__What you need to do__. Restate word for word every line from the top of the data below down through the line that holds "#96=IFCINDEXEDPOLYGONALFACE((1,3,15,13));".

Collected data
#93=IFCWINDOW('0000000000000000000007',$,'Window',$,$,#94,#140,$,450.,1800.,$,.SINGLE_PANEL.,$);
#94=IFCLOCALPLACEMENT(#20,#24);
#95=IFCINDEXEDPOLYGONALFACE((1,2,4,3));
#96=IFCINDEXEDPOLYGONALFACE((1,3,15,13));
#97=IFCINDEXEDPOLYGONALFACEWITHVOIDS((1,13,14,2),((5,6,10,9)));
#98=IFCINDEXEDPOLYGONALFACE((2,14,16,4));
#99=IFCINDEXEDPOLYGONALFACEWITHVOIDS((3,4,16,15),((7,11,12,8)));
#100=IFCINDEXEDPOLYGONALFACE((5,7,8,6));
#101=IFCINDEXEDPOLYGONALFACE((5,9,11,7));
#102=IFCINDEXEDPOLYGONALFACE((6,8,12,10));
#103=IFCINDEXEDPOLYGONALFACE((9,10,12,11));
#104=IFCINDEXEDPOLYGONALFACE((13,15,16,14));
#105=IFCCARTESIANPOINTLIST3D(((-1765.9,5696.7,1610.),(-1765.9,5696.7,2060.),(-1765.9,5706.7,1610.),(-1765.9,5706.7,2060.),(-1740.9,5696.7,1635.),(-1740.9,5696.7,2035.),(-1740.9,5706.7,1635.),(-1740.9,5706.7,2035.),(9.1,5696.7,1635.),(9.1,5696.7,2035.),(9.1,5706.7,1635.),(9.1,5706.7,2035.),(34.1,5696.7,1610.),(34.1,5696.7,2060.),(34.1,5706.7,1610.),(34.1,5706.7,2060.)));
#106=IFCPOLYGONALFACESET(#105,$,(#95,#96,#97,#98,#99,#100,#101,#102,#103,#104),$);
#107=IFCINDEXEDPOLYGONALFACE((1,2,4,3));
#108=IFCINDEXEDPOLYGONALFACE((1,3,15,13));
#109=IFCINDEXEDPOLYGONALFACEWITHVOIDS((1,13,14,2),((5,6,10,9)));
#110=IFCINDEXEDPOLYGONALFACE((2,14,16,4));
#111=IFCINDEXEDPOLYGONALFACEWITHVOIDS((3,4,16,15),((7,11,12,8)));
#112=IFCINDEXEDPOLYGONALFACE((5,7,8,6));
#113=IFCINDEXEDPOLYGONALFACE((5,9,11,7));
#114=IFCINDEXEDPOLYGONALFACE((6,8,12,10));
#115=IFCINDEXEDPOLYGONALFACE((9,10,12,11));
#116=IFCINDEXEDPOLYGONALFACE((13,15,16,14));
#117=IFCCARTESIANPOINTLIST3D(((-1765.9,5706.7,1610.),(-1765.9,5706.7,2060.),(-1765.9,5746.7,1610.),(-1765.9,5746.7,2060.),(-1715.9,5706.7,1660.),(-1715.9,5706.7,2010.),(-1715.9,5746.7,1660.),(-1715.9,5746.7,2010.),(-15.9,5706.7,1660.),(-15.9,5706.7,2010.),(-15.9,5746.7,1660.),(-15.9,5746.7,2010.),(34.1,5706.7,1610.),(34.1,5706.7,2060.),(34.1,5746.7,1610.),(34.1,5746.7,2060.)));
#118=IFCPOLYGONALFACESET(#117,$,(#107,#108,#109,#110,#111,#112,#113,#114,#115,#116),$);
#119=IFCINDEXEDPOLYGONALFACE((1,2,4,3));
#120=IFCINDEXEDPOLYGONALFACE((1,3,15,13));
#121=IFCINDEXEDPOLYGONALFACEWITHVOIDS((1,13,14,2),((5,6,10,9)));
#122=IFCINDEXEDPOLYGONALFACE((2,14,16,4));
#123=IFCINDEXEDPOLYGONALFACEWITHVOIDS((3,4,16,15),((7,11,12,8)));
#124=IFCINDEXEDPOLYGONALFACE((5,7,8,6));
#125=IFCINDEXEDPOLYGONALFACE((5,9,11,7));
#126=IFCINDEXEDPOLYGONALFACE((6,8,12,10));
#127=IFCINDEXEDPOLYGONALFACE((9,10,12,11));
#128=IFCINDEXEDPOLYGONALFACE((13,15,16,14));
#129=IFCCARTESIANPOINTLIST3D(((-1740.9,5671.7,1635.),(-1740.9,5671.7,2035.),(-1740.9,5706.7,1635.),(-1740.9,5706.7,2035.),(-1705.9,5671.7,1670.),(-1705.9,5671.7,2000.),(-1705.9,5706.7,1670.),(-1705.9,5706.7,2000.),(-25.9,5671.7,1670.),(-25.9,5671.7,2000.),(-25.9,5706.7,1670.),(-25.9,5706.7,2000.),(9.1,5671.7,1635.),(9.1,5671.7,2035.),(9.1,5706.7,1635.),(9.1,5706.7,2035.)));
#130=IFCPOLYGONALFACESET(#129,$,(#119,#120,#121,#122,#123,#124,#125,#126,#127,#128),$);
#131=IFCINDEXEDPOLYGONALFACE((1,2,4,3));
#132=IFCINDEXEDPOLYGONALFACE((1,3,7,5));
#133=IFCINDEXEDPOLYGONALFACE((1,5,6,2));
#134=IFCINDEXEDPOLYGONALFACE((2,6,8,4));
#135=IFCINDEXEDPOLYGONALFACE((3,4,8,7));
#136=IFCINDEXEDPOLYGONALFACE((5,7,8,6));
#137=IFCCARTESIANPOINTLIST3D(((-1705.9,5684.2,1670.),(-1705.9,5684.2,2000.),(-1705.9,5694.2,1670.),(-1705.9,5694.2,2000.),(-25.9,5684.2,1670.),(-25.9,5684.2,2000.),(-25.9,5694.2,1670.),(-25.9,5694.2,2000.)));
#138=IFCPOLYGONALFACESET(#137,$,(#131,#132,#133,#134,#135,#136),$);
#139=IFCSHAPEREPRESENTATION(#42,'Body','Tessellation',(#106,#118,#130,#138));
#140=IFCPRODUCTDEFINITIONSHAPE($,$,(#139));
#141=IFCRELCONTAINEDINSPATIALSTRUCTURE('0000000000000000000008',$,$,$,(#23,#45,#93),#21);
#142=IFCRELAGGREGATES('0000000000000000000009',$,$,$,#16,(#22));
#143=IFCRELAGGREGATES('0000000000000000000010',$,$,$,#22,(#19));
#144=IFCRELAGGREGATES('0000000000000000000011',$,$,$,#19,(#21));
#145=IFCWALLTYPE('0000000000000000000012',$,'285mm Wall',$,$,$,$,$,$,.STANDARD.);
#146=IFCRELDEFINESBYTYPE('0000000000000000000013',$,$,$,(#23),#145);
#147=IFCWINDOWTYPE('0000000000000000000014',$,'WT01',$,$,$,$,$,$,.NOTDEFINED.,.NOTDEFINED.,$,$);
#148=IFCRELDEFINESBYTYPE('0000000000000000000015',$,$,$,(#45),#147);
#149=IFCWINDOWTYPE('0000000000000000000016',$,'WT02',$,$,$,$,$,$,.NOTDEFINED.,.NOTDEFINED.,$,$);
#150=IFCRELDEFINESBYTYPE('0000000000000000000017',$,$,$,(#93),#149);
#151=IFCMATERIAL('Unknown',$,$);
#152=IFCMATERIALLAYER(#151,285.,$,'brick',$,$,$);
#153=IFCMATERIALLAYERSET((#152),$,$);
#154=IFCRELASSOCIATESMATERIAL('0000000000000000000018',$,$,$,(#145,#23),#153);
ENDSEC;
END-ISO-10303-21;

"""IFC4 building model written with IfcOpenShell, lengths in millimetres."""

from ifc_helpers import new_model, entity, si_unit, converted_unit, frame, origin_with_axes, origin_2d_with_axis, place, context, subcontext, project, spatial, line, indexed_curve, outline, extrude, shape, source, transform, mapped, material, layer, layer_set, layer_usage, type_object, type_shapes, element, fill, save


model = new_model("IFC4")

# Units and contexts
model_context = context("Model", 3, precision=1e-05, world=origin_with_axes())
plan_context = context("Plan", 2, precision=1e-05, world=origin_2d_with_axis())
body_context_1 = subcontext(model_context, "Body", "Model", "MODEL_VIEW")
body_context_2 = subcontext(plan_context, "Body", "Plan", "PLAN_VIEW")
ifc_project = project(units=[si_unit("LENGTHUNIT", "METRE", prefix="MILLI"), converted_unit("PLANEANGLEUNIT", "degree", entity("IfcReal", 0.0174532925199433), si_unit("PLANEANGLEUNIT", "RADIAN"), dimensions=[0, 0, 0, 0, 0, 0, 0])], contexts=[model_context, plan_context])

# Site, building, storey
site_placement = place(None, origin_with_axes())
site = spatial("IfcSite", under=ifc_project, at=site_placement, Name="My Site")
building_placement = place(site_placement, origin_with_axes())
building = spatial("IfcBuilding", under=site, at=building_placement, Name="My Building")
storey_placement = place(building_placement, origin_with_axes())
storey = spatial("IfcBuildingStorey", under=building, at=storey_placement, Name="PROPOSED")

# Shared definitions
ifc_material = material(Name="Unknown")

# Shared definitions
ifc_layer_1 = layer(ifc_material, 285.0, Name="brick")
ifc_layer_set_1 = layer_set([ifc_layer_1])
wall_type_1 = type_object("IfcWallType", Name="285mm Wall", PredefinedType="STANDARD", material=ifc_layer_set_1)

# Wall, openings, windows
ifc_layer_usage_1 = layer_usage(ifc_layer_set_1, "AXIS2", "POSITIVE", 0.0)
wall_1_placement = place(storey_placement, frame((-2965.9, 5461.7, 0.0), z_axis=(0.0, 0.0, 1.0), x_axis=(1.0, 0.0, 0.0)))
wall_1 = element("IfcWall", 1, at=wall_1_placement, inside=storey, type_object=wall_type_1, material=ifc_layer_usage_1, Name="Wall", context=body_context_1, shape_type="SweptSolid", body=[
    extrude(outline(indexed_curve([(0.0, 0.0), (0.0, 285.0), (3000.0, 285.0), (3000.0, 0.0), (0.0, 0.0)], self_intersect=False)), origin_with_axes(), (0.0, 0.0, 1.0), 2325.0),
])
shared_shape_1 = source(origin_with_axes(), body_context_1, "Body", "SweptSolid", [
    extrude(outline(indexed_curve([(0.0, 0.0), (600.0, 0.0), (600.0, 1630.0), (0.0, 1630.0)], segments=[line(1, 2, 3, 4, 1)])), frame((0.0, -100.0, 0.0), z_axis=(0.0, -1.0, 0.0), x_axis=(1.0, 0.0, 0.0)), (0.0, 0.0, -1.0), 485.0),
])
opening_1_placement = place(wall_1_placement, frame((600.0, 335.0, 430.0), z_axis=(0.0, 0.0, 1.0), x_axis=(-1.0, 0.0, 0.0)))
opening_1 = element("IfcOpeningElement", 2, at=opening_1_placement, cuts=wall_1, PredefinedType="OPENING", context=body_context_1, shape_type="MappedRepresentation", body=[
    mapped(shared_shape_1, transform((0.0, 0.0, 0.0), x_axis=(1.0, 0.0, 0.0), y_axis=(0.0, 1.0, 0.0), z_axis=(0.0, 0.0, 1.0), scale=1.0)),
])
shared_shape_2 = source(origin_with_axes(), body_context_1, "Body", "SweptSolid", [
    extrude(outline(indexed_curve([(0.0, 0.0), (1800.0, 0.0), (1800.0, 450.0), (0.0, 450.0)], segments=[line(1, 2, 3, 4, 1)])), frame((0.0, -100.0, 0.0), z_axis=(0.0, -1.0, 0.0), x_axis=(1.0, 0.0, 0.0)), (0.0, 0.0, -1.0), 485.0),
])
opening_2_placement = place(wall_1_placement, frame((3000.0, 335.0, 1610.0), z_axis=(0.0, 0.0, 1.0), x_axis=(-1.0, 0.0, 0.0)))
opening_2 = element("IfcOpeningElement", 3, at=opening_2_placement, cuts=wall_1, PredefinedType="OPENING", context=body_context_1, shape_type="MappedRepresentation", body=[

__Exercise answer__.
#93=IFCWINDOW('0000000000000000000007',$,'Window',$,$,#94,#140,$,450.,1800.,$,.SINGLE_PANEL.,$);
#94=IFCLOCALPLACEMENT(#20,#24);
#95=IFCINDEXEDPOLYGONALFACE((1,2,4,3));
#96=IFCINDEXEDPOLYGONALFACE((1,3,15,13));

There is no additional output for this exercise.